Would you please restate all of the data exactly?

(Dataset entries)
+ + + + +

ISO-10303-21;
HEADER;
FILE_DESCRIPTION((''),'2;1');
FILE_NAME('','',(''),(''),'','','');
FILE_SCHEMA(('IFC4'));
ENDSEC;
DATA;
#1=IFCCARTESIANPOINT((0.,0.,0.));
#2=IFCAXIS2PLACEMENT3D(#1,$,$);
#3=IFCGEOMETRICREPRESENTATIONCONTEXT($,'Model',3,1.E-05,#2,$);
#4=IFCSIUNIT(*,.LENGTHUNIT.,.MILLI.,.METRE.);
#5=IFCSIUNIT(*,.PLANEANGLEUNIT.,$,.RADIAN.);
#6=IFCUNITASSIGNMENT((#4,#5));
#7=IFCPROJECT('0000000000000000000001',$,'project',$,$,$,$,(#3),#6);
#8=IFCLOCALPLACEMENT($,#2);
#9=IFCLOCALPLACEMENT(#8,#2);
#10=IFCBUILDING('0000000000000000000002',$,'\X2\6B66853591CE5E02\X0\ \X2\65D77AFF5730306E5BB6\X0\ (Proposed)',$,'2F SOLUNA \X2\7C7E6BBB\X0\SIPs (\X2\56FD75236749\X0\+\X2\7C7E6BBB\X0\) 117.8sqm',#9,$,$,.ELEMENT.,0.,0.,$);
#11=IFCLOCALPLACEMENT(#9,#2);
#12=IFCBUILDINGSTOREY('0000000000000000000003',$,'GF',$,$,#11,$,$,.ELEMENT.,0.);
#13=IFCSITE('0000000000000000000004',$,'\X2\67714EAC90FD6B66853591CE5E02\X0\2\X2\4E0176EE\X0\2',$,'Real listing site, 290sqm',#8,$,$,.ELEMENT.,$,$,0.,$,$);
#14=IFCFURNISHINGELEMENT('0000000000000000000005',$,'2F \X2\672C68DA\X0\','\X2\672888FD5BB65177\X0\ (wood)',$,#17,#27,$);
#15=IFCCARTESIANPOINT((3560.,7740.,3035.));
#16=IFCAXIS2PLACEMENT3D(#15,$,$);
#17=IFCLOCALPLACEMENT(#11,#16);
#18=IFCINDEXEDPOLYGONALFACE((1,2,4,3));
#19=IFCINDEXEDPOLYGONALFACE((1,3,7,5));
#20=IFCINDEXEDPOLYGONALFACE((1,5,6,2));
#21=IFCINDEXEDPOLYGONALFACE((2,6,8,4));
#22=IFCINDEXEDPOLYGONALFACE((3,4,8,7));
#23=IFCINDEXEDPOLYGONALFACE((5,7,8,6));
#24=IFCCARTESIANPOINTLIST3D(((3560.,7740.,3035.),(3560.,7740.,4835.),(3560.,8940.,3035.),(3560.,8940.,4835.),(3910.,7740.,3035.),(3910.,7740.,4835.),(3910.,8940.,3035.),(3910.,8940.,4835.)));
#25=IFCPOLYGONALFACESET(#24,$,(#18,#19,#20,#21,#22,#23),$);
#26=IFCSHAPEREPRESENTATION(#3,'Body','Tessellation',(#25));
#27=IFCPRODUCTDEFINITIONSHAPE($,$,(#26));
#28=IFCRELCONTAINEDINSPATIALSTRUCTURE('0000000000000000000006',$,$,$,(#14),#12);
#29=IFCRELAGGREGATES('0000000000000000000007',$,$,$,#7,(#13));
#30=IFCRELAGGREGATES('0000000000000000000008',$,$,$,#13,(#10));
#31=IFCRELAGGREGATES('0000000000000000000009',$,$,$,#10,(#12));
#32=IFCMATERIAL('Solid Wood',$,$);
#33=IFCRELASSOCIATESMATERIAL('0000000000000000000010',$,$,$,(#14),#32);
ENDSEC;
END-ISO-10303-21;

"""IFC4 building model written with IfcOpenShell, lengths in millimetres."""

from ifc_helpers import new_model, si_unit, frame, frame_2d, origin, place, context, project, spatial, rectangle, extrude, material, element, save


model = new_model("IFC4")

# Units and contexts
model_context = context("Model", 3, precision=1e-05, world=origin())
ifc_project = project(units=[si_unit("LENGTHUNIT", "METRE", prefix="MILLI"), si_unit("PLANEANGLEUNIT", "RADIAN")], contexts=[model_context])

# Site, building, storey
site_placement = place(None, origin())
site = spatial("IfcSite", under=ifc_project, at=site_placement, Name="東京都武蔵野市2丁目2", ObjectType="Real listing site, 290sqm", CompositionType="ELEMENT", RefElevation=0.0)
building_placement = place(site_placement, origin())
building = spatial("IfcBuilding", under=site, at=building_placement, Name="武蔵野市 旗竿地の家 (Proposed)", ObjectType="2F SOLUNA 籾殻SIPs (国産杉+籾殻) 117.8sqm", CompositionType="ELEMENT", ElevationOfRefHeight=0.0, ElevationOfTerrain=0.0)
storey_placement = place(building_placement, origin())
storey = spatial("IfcBuildingStorey", under=building, at=storey_placement, Name="GF", CompositionType="ELEMENT", Elevation=0.0)

# Shared definitions
ifc_material_1 = material(Name="Solid Wood")

# Furnishing element
furnishing_placement = place(storey_placement, frame((3560.0, 7740.0, 3035.0)))
element("IfcFurnishingElement", 1, at=furnishing_placement, inside=storey, material=ifc_material_1, Name="2F 本棚", Description="木製家具 (wood)", context=model_context, shape_type="SweptSolid", body=[
    extrude(rectangle(XDim=350.0, YDim=1200.0, at=frame_2d((175.0, 600.0))), frame((3560.0, 7740.0, 3035.0)), (0.0, 0.0, 1.0), 1800.0),
])

save(model, "model.ifc")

+ + + + +

WRITTEN RESPONSE:
ISO-10303-21;
HEADER;
FILE_DESCRIPTION((''),'2;1');
FILE_NAME('','',(''),(''),'','','');
FILE_SCHEMA(('IFC4'));
ENDSEC;
DATA;
#1=IFCCARTESIANPOINT((0.,0.,0.));
#2=IFCAXIS2PLACEMENT3D(#1,$,$);
#3=IFCGEOMETRICREPRESENTATIONCONTEXT($,'Model',3,1.E-05,#2,$);
#4=IFCSIUNIT(*,.LENGTHUNIT.,.MILLI.,.METRE.);
#5=IFCSIUNIT(*,.PLANEANGLEUNIT.,$,.RADIAN.);
#6=IFCUNITASSIGNMENT((#4,#5));
#7=IFCPROJECT('0000000000000000000001',$,'project',$,$,$,$,(#3),#6);
#8=IFCLOCALPLACEMENT($,#2);
#9=IFCLOCALPLACEMENT(#8,#2);
#10=IFCBUILDING('0000000000000000000002',$,'\X2\6B66853591CE5E02\X0\ \X2\65D77AFF5730306E5BB6\X0\ (Proposed)',$,'2F SOLUNA \X2\7C7E6BBB\X0\SIPs (\X2\56FD75236749\X0\+\X2\7C7E6BBB\X0\) 117.8sqm',#9,$,$,.ELEMENT.,0.,0.,$);
#11=IFCLOCALPLACEMENT(#9,#2);
#12=IFCBUILDINGSTOREY('0000000000000000000003',$,'GF',$,$,#11,$,$,.ELEMENT.,0.);
#13=IFCSITE('0000000000000000000004',$,'\X2\67714EAC90FD6B66853591CE5E02\X0\2\X2\4E0176EE\X0\2',$,'Real listing site, 290sqm',#8,$,$,.ELEMENT.,$,$,0.,$,$);
#14=IFCFURNISHINGELEMENT('0000000000000000000005',$,'2F \X2\672C68DA\X0\','\X2\672888FD5BB65177\X0\ (wood)',$,#17,#27,$);
#15=IFCCARTESIANPOINT((3560.,7740.,3035.));
#16=IFCAXIS2PLACEMENT3D(#15,$,$);
#17=IFCLOCALPLACEMENT(#11,#16);
#18=IFCINDEXEDPOLYGONALFACE((1,2,4,3));
#19=IFCINDEXEDPOLYGONALFACE((1,3,7,5));
#20=IFCINDEXEDPOLYGONALFACE((1,5,6,2));
#21=IFCINDEXEDPOLYGONALFACE((2,6,8,4));
#22=IFCINDEXEDPOLYGONALFACE((3,4,8,7));
#23=IFCINDEXEDPOLYGONALFACE((5,7,8,6));
#24=IFCCARTESIANPOINTLIST3D(((3560.,7740.,3035.),(3560.,7740.,4835.),(3560.,8940.,3035.),(3560.,8940.,4835.),(3910.,7740.,3035.),(3910.,7740.,4835.),(3910.,8940.,3035.),(3910.,8940.,4835.)));
#25=IFCPOLYGONALFACESET(#24,$,(#18,#19,#20,#21,#22,#23),$);
#26=IFCSHAPEREPRESENTATION(#3,'Body','Tessellation',(#25));
#27=IFCPRODUCTDEFINITIONSHAPE($,$,(#26));
#28=IFCRELCONTAINEDINSPATIALSTRUCTURE('0000000000000000000006',$,$,$,(#14),#12);
#29=IFCRELAGGREGATES('0000000000000000000007',$,$,$,#7,(#13));
#30=IFCRELAGGREGATES('0000000000000000000008',$,$,$,#13,(#10));
#31=IFCRELAGGREGATES('0000000000000000000009',$,$,$,#10,(#12));
#32=IFCMATERIAL('Solid Wood',$,$);
#33=IFCRELASSOCIATESMATERIAL('0000000000000000000010',$,$,$,(#14),#32);
ENDSEC;
END-ISO-10303-21;

"""IFC4 building model written with IfcOpenShell, lengths in millimetres."""

from ifc_helpers import new_model, si_unit, frame, frame_2d, origin, place, context, project, spatial, rectangle, extrude, material, element, save


model = new_model("IFC4")

# Units and contexts
model_context = context("Model", 3, precision=1e-05, world=origin())
ifc_project = project(units=[si_unit("LENGTHUNIT", "METRE", prefix="MILLI"), si_unit("PLANEANGLEUNIT", "RADIAN")], contexts=[model_context])

# Site, building, storey
site_placement = place(None, origin())
site = spatial("IfcSite", under=ifc_project, at=site_placement, Name="東京都武蔵野市2丁目2", ObjectType="Real listing site, 290sqm", CompositionType="ELEMENT", RefElevation=0.0)
building_placement = place(site_placement, origin())
building = spatial("IfcBuilding", under=site, at=building_placement, Name="武蔵野市 旗竿地の家 (Proposed)", ObjectType="2F SOLUNA 籾殻SIPs (国産杉+籾殻) 117.8sqm", CompositionType="ELEMENT", ElevationOfRefHeight=0.0, ElevationOfTerrain=0.0)
storey_placement = place(building_placement, origin())
storey = spatial("IfcBuildingStorey", under=building, at=storey_placement, Name="GF", CompositionType="ELEMENT", Elevation=0.0)

# Shared definitions
ifc_material_1 = material(Name="Solid Wood")

# Furnishing element
furnishing_placement = place(storey_placement, frame((3560.0, 7740.0, 3035.0)))
element("IfcFurnishingElement", 1, at=furnishing_placement, inside=storey, material=ifc_material_1, Name="2F 本棚", Description="木製家具 (wood)", context=model_context, shape_type="SweptSolid", body=[
    extrude(rectangle(XDim=350.0, YDim=1200.0, at=frame_2d((175.0, 600.0))), frame((3560.0, 7740.0, 3035.0)), (0.0, 0.0, 1.0), 1800.0),
])

save(model, "model.ifc")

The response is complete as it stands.